- **WORK ITEM**
Looking at the listing below, retype exactly the lines starting at the one containing "#15=IFCCARTESIANPOINT((2845.,10575.,0.));" and ending at the one containing "#40=IFCSHAPEREPRESENTATION(#3,'Body','Tessellation',(#39));", both included, and nothing else.

☆ ☆ ☆

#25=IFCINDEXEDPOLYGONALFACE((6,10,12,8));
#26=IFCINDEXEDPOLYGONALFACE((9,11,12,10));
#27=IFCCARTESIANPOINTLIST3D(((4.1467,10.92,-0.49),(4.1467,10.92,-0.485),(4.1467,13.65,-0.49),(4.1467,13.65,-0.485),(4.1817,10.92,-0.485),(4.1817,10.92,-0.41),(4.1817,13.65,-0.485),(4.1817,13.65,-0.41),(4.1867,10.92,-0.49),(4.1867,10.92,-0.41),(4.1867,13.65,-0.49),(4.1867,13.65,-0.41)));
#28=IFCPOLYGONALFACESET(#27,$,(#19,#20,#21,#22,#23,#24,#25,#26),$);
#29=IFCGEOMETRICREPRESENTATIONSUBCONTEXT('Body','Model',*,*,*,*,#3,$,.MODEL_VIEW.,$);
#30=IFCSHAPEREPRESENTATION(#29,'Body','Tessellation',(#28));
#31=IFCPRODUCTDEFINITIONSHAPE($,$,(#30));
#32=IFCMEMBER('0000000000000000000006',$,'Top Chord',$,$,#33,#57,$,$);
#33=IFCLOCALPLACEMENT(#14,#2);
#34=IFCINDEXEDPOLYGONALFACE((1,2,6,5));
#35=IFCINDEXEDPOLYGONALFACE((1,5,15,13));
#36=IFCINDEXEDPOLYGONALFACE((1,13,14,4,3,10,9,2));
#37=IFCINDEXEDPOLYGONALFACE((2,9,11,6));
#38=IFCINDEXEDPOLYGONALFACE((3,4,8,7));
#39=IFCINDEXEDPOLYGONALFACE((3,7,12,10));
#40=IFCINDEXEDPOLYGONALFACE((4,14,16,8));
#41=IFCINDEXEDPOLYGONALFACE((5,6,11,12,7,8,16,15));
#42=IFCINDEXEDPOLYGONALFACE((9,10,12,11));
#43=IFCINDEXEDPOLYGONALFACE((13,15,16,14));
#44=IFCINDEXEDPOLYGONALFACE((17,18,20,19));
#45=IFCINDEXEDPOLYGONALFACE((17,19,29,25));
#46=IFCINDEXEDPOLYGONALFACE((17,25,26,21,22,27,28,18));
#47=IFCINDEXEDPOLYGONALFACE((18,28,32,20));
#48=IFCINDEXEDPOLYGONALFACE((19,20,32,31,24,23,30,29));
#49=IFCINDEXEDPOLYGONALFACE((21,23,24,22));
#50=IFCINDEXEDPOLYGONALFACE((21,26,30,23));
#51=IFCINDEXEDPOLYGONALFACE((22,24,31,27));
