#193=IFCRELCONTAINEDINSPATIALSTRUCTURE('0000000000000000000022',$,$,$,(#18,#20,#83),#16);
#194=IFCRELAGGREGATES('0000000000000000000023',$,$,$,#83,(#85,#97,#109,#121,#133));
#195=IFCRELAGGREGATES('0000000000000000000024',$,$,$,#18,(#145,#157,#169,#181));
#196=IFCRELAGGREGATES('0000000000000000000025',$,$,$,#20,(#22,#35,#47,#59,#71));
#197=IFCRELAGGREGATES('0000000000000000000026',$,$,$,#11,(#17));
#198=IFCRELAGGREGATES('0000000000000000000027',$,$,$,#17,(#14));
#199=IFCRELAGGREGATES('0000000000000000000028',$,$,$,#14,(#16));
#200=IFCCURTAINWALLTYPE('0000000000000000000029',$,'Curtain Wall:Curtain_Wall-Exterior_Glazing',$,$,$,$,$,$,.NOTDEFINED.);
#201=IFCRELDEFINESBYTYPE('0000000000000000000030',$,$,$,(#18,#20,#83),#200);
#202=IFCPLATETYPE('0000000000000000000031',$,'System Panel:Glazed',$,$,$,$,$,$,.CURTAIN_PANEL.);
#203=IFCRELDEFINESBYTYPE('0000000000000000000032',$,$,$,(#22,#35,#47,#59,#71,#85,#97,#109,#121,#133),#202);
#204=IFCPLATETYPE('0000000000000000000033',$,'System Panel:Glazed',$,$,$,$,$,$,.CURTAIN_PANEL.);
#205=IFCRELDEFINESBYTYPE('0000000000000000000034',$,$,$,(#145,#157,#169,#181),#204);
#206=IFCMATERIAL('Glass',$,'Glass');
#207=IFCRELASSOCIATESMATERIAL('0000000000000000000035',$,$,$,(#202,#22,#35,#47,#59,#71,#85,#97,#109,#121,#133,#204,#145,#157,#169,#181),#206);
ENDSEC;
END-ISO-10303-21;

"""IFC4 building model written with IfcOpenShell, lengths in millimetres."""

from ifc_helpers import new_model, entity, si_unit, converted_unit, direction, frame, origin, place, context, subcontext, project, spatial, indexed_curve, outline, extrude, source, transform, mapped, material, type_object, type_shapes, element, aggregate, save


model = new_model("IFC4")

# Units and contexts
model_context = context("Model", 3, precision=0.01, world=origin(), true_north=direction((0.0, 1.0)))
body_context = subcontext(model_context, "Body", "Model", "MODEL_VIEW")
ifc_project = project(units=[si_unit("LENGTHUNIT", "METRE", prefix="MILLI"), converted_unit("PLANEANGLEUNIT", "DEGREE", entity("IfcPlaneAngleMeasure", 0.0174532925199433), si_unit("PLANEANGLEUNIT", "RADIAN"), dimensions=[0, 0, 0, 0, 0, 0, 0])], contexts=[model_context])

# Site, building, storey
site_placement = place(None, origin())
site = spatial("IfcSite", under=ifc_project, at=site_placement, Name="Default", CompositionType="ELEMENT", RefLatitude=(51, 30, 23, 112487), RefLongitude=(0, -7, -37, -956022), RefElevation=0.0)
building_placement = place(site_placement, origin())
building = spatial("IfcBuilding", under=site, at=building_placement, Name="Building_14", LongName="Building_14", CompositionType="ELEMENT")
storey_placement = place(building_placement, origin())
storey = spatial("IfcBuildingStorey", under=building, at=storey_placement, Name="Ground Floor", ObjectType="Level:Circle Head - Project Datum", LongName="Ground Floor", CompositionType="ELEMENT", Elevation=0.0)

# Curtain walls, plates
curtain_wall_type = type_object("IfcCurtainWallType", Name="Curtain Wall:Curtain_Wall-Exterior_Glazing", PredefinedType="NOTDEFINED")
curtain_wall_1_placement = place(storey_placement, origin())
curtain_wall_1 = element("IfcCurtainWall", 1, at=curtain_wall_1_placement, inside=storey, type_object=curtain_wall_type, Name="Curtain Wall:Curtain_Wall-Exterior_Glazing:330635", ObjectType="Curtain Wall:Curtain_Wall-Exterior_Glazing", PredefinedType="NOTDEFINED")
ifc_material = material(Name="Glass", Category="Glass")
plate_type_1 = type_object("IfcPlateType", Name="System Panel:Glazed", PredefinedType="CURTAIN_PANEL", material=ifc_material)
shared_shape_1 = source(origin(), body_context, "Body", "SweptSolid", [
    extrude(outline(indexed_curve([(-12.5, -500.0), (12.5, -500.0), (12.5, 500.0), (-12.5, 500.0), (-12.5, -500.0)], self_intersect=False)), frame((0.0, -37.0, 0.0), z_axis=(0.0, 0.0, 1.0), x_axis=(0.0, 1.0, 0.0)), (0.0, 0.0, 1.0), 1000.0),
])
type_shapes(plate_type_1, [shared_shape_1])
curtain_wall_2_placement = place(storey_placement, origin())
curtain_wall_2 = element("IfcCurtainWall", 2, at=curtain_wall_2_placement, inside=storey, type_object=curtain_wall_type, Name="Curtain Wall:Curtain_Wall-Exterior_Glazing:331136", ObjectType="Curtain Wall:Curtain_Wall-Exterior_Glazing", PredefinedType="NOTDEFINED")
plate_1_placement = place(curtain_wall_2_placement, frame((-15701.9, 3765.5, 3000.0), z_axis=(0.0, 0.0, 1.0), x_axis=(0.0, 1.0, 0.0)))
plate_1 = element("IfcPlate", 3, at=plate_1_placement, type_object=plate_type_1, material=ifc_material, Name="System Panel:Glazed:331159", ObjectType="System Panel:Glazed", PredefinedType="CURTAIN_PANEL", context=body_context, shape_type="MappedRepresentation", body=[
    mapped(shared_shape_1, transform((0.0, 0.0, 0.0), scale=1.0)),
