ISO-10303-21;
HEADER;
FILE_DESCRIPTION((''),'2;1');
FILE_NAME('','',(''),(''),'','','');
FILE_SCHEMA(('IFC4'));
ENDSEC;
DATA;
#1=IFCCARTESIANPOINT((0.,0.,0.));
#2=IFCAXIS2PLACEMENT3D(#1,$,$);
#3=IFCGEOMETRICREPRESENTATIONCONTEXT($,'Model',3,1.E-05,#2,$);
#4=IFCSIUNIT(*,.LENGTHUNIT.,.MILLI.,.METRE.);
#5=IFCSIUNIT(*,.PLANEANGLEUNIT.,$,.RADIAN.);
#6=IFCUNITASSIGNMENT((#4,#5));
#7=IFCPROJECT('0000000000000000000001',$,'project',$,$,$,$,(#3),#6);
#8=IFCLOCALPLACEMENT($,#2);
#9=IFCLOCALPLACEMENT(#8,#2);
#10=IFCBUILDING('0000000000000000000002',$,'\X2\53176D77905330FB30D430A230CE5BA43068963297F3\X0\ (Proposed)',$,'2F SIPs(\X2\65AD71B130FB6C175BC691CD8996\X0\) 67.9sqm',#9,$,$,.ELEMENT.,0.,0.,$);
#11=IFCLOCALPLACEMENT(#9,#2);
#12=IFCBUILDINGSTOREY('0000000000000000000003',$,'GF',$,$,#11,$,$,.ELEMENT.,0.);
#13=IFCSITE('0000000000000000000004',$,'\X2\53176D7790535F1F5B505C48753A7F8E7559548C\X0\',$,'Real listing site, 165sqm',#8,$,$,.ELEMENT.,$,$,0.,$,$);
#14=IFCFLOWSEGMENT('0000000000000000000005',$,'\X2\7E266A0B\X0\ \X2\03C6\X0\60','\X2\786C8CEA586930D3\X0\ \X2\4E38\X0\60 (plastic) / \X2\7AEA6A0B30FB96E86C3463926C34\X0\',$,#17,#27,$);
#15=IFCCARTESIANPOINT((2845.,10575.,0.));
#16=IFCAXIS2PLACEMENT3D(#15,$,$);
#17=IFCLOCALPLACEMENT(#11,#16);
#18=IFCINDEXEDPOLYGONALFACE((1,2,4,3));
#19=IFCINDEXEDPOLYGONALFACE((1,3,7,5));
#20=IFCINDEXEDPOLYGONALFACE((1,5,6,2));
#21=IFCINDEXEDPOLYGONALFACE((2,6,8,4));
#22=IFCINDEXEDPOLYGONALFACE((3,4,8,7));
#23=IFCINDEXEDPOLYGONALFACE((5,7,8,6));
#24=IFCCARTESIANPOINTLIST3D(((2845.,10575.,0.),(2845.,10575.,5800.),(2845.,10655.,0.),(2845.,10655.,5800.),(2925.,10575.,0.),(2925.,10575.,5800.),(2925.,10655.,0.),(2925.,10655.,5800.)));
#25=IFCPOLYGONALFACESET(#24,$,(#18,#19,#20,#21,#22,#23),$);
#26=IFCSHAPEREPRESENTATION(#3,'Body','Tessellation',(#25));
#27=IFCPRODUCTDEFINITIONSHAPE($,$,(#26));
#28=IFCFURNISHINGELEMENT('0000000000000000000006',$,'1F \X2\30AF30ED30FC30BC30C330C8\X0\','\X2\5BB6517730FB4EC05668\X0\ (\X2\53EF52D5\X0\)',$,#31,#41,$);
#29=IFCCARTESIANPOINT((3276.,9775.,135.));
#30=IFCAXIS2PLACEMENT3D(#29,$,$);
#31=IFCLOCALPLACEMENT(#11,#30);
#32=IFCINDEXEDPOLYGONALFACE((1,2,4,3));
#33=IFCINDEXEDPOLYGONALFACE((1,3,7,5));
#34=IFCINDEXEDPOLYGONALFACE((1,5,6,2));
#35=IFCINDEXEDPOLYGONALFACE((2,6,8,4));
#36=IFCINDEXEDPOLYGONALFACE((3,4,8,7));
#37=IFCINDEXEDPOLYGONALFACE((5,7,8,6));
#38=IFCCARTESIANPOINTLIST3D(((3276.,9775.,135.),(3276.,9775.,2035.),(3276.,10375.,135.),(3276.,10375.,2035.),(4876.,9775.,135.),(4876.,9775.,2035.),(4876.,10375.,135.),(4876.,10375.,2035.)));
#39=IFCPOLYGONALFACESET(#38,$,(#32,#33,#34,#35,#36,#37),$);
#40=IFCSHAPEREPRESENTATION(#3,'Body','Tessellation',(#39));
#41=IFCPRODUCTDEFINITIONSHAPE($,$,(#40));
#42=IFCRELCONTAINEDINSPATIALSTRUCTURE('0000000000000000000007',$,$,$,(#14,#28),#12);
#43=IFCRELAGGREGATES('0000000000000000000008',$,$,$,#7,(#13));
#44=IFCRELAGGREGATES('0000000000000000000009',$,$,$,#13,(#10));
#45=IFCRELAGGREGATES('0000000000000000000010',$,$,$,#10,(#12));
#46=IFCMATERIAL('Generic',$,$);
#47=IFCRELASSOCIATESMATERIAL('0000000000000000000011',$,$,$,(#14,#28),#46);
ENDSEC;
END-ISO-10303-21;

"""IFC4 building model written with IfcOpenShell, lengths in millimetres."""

from ifc_helpers import new_model, si_unit, frame, frame_2d, origin, place, context, project, spatial, rectangle, extrude, material, element, save


model = new_model("IFC4")

# Units and contexts
model_context = context("Model", 3, precision=1e-05, world=origin())
ifc_project = project(units=[si_unit("LENGTHUNIT", "METRE", prefix="MILLI"), si_unit("PLANEANGLEUNIT", "RADIAN")], contexts=[model_context])

# Site, building, storey
site_placement = place(None, origin())
site = spatial("IfcSite", under=ifc_project, at=site_placement, Name="北海道弟子屈町美留和", ObjectType="Real listing site, 165sqm", CompositionType="ELEMENT", RefElevation=0.0)
building_placement = place(site_placement, origin())
building = spatial("IfcBuilding", under=site, at=building_placement, Name="北海道・ピアノ室と防音 (Proposed)", ObjectType="2F SIPs(断熱・気密重視) 67.9sqm", CompositionType="ELEMENT", ElevationOfRefHeight=0.0, ElevationOfTerrain=0.0)
storey_placement = place(building_placement, origin())
storey = spatial("IfcBuildingStorey", under=building, at=storey_placement, Name="GF", CompositionType="ELEMENT", Elevation=0.0)

# Shared definitions
ifc_material_1 = material(Name="Generic")

# Flow segment
flow_segment_placement = place(storey_placement, frame((2845.0, 10575.0, 0.0)))
element("IfcFlowSegment", 1, at=flow_segment_placement, inside=storey, material=ifc_material_1, Name="縦樋 φ60", Description="硬質塩ビ 丸60 (plastic) / 竪樋・雨水排水", context=model_context, shape_type="SweptSolid", body=[
    extrude(rectangle(XDim=80.0, YDim=80.0, at=frame_2d((40.0, 40.0))), frame((2845.0, 10575.0, 0.0)), (0.0, 0.0, 1.0), 5800.0),
])

# Furnishing element
furnishing_placement = place(storey_placement, frame((3276.0, 9775.0, 135.0)))
element("IfcFurnishingElement", 2, at=furnishing_placement, inside=storey, material=ifc_material_1, Name="1F クローゼット", Description="家具・什器 (可動)", context=model_context, shape_type="SweptSolid", body=[
    extrude(rectangle(XDim=1600.0, YDim=600.0, at=frame_2d((800.0, 300.0))), frame((3276.0, 9775.0, 135.0)), (0.0, 0.0, 1.0), 1900.0),
])

save(model, "model.ifc")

☆ ☆ ☆

- **ANSWER TO THIS PROBLEM**
#15=IFCCARTESIANPOINT((2845.,10575.,0.));
#16=IFCAXIS2PLACEMENT3D(#15,$,$);
#17=IFCLOCALPLACEMENT(#11,#16);
#18=IFCINDEXEDPOLYGONALFACE((1,2,4,3));
#19=IFCINDEXEDPOLYGONALFACE((1,3,7,5));
#20=IFCINDEXEDPOLYGONALFACE((1,5,6,2));
#21=IFCINDEXEDPOLYGONALFACE((2,6,8,4));
#22=IFCINDEXEDPOLYGONALFACE((3,4,8,7));
#23=IFCINDEXEDPOLYGONALFACE((5,7,8,6));
#24=IFCCARTESIANPOINTLIST3D(((2845.,10575.,0.),(2845.,10575.,5800.),(2845.,10655.,0.),(2845.,10655.,5800.),(2925.,10575.,0.),(2925.,10575.,5800.),(2925.,10655.,0.),(2925.,10655.,5800.)));
#25=IFCPOLYGONALFACESET(#24,$,(#18,#19,#20,#21,#22,#23),$);
#26=IFCSHAPEREPRESENTATION(#3,'Body','Tessellation',(#25));
#27=IFCPRODUCTDEFINITIONSHAPE($,$,(#26));
#28=IFCFURNISHINGELEMENT('0000000000000000000006',$,'1F \X2\30AF30ED30FC30BC30C330C8\X0\','\X2\5BB6517730FB4EC05668\X0\ (\X2\53EF52D5\X0\)',$,#31,#41,$);
#29=IFCCARTESIANPOINT((3276.,9775.,135.));
#30=IFCAXIS2PLACEMENT3D(#29,$,$);
#31=IFCLOCALPLACEMENT(#11,#30);
#32=IFCINDEXEDPOLYGONALFACE((1,2,4,3));
#33=IFCINDEXEDPOLYGONALFACE((1,3,7,5));
#34=IFCINDEXEDPOLYGONALFACE((1,5,6,2));
#35=IFCINDEXEDPOLYGONALFACE((2,6,8,4));
#36=IFCINDEXEDPOLYGONALFACE((3,4,8,7));
#37=IFCINDEXEDPOLYGONALFACE((5,7,8,6));
#38=IFCCARTESIANPOINTLIST3D(((3276.,9775.,135.),(3276.,9775.,2035.),(3276.,10375.,135.),(3276.,10375.,2035.),(4876.,9775.,135.),(4876.,9775.,2035.),(4876.,10375.,135.),(4876.,10375.,2035.)));
#39=IFCPOLYGONALFACESET(#38,$,(#32,#33,#34,#35,#36,#37),$);
#40=IFCSHAPEREPRESENTATION(#3,'Body','Tessellation',(#39));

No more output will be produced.